# Charcoal smoker vs propane?



## pargeman (Jul 30, 2013)

I haven't read a lot on this but smoking with charcoal my first 2 times seemed to go well...I have seen others using a propane tank to cook....Wouldn't you go through a whole tank in a 4-5 hour smoke using propane?? What advantages would there be in using a propane tank?? Helps with charcoal?? Thank you!


----------



## fwismoker (Jul 30, 2013)

It's an either or..

No propane will typically last much longer than that. I have both and prefer charcoal but some folks don't want to hassle with charcoal.


----------



## kathrynn (Jul 30, 2013)

I have almost 30 hours of smoke time on one 20lb tank.  You don't crank the tank wide open.  I use a Camp chef smoke vault....24".  It sips propane.

I also grill/smoke with a 22.5 weber kettle...and love that too.

Kat


----------



## flash (Jul 30, 2013)

pargeman said:


> I haven't read a lot on this but smoking with charcoal my first 2 times seemed to go well...I have seen others using a propane tank to cook....Wouldn't you go through a whole tank in a 4-5 hour smoke using propane?? What advantages would there be in using a propane tank?? Helps with charcoal?? Thank you!


 I can get 4 to 6 smokes from my one tank, depending on what I have been smoking. I use propane in my fish fryer and gas grill so always have atleast 3 tanks around. Never run out, where I can't snatch one from another set up. I can also use charcoal in my Propane smoker to give me that charcoal flavor.


----------



## dirtsailor2003 (Jul 30, 2013)

I own both and each serves a purpose. I prefer the flavor profile from the charcoal smoker but that isn't saying that the propane smoker doesn't produce great smoked food.

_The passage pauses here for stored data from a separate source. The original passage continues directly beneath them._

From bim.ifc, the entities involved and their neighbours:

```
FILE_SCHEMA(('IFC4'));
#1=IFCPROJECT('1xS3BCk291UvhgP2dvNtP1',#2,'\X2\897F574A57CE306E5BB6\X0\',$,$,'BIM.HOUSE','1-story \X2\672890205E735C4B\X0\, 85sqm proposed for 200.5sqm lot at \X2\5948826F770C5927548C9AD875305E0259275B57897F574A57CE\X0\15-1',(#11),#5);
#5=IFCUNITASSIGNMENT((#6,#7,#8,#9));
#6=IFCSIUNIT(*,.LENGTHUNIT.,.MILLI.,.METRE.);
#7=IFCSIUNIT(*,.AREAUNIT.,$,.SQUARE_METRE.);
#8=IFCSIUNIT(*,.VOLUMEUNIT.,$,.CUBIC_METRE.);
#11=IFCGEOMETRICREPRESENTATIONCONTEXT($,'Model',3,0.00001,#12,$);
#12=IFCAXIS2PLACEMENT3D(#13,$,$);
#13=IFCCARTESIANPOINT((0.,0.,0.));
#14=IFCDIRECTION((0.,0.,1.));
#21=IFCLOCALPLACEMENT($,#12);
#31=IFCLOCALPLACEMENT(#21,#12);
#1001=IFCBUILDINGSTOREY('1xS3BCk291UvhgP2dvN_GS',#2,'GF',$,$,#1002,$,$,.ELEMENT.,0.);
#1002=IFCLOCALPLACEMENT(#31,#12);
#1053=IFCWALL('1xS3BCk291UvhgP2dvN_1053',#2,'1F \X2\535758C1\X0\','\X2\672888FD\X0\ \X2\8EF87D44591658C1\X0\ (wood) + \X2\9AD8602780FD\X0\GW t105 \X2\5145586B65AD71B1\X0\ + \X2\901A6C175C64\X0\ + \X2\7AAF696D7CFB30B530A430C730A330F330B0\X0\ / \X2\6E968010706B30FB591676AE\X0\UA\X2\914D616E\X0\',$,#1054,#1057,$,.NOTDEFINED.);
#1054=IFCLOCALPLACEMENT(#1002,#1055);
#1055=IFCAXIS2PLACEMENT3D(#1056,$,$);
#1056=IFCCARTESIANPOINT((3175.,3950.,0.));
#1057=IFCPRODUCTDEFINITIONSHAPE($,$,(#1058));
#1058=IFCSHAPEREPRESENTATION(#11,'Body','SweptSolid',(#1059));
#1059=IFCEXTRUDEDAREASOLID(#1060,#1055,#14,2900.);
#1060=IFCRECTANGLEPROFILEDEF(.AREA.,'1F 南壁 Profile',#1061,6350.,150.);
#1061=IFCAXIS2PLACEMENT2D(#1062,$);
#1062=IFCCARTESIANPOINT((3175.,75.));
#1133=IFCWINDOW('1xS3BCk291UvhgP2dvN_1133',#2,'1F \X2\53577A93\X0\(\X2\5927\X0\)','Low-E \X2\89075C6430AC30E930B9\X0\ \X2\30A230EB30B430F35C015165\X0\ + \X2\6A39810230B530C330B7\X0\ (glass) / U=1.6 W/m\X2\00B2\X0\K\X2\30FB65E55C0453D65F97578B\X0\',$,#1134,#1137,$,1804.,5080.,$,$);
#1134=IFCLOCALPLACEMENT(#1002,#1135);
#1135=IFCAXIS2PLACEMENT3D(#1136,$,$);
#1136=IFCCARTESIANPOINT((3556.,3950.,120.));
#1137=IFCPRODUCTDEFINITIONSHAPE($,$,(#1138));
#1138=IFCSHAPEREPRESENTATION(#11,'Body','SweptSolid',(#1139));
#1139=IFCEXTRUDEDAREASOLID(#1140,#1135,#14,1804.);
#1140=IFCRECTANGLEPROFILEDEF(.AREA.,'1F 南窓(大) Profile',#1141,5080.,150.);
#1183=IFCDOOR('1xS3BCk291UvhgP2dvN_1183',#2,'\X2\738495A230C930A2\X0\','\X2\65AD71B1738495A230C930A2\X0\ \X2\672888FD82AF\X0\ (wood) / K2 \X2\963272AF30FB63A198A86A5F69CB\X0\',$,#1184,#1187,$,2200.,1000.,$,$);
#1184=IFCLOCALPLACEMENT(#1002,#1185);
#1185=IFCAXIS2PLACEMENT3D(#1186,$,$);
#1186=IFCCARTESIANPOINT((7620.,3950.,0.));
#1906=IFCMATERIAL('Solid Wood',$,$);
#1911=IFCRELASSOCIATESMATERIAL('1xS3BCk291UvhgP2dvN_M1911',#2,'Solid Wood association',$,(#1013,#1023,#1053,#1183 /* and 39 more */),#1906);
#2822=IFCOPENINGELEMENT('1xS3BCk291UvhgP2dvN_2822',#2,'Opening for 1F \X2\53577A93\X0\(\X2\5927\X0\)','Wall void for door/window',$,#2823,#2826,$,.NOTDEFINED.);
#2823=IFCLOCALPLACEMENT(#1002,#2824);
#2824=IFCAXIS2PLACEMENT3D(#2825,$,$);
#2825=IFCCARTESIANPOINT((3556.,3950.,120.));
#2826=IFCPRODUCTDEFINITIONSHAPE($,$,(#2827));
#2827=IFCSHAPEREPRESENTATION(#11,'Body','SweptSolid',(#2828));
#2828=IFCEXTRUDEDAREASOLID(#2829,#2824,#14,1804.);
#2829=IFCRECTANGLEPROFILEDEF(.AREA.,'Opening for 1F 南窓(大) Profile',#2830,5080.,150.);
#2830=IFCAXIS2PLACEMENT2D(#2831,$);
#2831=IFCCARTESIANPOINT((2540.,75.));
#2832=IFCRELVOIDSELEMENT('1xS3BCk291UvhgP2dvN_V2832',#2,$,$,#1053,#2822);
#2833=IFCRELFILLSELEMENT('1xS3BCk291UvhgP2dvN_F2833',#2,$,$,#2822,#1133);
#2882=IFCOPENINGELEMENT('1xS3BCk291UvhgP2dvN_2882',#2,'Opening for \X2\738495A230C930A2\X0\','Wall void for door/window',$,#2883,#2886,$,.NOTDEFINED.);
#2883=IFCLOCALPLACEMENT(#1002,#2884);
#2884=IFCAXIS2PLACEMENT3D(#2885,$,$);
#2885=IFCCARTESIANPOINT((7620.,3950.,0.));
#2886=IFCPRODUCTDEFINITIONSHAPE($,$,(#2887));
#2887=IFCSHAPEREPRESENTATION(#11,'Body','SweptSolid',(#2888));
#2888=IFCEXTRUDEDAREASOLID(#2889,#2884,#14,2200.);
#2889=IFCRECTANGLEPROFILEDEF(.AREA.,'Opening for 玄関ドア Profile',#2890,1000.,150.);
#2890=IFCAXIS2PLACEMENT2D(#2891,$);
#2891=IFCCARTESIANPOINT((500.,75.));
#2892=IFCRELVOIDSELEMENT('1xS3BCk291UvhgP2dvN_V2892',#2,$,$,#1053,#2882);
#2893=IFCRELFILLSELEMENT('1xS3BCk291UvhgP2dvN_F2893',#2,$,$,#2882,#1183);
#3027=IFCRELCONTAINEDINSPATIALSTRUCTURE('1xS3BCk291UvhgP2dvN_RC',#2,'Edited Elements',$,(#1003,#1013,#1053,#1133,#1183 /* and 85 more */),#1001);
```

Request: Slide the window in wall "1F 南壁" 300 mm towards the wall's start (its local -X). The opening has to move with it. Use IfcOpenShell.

```python
import ifcopenshell
import ifcopenshell.api.geometry
import ifcopenshell.util.placement

model = ifcopenshell.open("bim.ifc")

window = model.by_id(1133)
opening = window.FillsVoids[0].RelatingOpeningElement
wall = opening.VoidsElements[0].RelatingBuildingElement

wall_matrix = ifcopenshell.util.placement.get_local_placement(wall.ObjectPlacement)
shift = wall_matrix[:3, 0] * -300.0
before = ifcopenshell.util.placement.get_local_placement(window.ObjectPlacement)[:3, 3].copy()

# The window is not placed relative to its opening, so move both.
for product in (opening, window):
    matrix = ifcopenshell.util.placement.get_local_placement(product.ObjectPlacement)
    matrix[:3, 3] += shift
    ifcopenshell.api.geometry.edit_object_placement(model, product=product, matrix=matrix, is_si=False)

after = ifcopenshell.util.placement.get_local_placement(window.ObjectPlacement)[:3, 3]
print("window moved by", (after - before).round(3) + 0.0)

model.write("bim_updated.ifc")
```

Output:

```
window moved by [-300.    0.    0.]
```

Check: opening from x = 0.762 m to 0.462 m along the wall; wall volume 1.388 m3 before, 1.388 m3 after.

I primarily use the gasser when I know that I won't have time to tend the fire as much and when the weather is super crappy and I am cooking for a crowd and under a deadline. At times I use both if I need too. With my propane smoker I can maintain lower temps easier for things like sausage, but not as easily as electric.

If I had my druthers I'd have a big stick burner, but I don't.


----------



## smokinhusker (Jul 30, 2013)

I have to agree with KathrynN and Dirtsailor, they both have a place.

I have an MES (which I love for sausage, jerky etc) for those low temp smokes.

I have a home built propane that I can use wood or charcoal in the side fire box (and not use the propane at all). So far I've only used the propane for smoking and love it. I've get about 25-30 hours of smoking at 275°-300° on my 20 lb tank (I have a 3 ring burner and a needle valve installed). 

We have a propane grill that we add charcoal to it.


----------



## jirodriguez (Jul 30, 2013)

Mostly it's a preferance of flavor, but if your charcoal smoker is cheap and has a lot of air leaks it can be a pain to keep the temps steady for a long time..... but if you have a good charcoal smoker it will run for a long time with no input from you. I have a 22.5" WSM, it holds 20 lbs. of charcoal in a full load, and provided the ambient weather isn't crappy it will run approx. 1 to 1.25 hrs. per lb. of charcoal (so I can run 20+ hrs. on one load).


----------



## pargeman (Jul 30, 2013)

Thank you everyone....When I get time away from work I will look into this more...I do prefer charcoal if I have a long time to cook...My smoker is supposed to hold 10lbs of charcoal but I have not put that much in at once....I am buying a new gauge so I can see numbers and not words on it to judge temperature through the whole smoke...Again, thank all so much!


----------



## smokiedoug (Jul 31, 2013)

I love propane..I use my tank for 14 hours (typical smoke time) then i throw it on my gas grill unitl it runs out. I weighed my last tank after I did a 14 hour smoke and it still had 2 gallons of propane in it. I see so many people with stick burners that have so much wood stuffed in them to get their temp up and they are just pouring white smoke out and ruining their meat. Gas is guaranteed heat


----------



## cansmoke (Jul 31, 2013)

I use charcoal only. There is the smoke from the charcoal that u cant get from propane or gas. However, I am going to stop as could cause WWIII on this subject.


----------



## bama bbq (Jul 31, 2013)

I also only use charcoal.  I imagine others only use gas.  I guess it's different smokes for different folks.  Kinda like foil or no foil.


----------



## so ms smoker (Jul 31, 2013)

My choices are charcoal vs electric. Just depends on what I feel like and how long of a smoke I am doing. Both have advantages and just depends on what I am cooking and how I want it to come out.

   ike


----------



## themule69 (Jul 31, 2013)

I have a stick burner a coal burner or 2 or 3 a propane burner and a electric eater. I use differant ones for differant things. They all make HEAT, it takes heat to cook. After that most of us like smoke. You can make smoke with all of them. A AMAZEN smoke generator will make smoke on it's own. So figure out these things and you will know what will work for you..

how much do you want to spend?

how much hands on do you want?

what temps do you need? 100°? 225°? 275°? 350°? 500°? 700°?

do you have wood everywhere?

Do you live in a apartment?

how long will you need to smoke? 3 hours? 20 hours?

how many will you be cooking for?

Their is no one size fits all. I mean we all already own a stove and oven!!!!

Happy smoken.

David


----------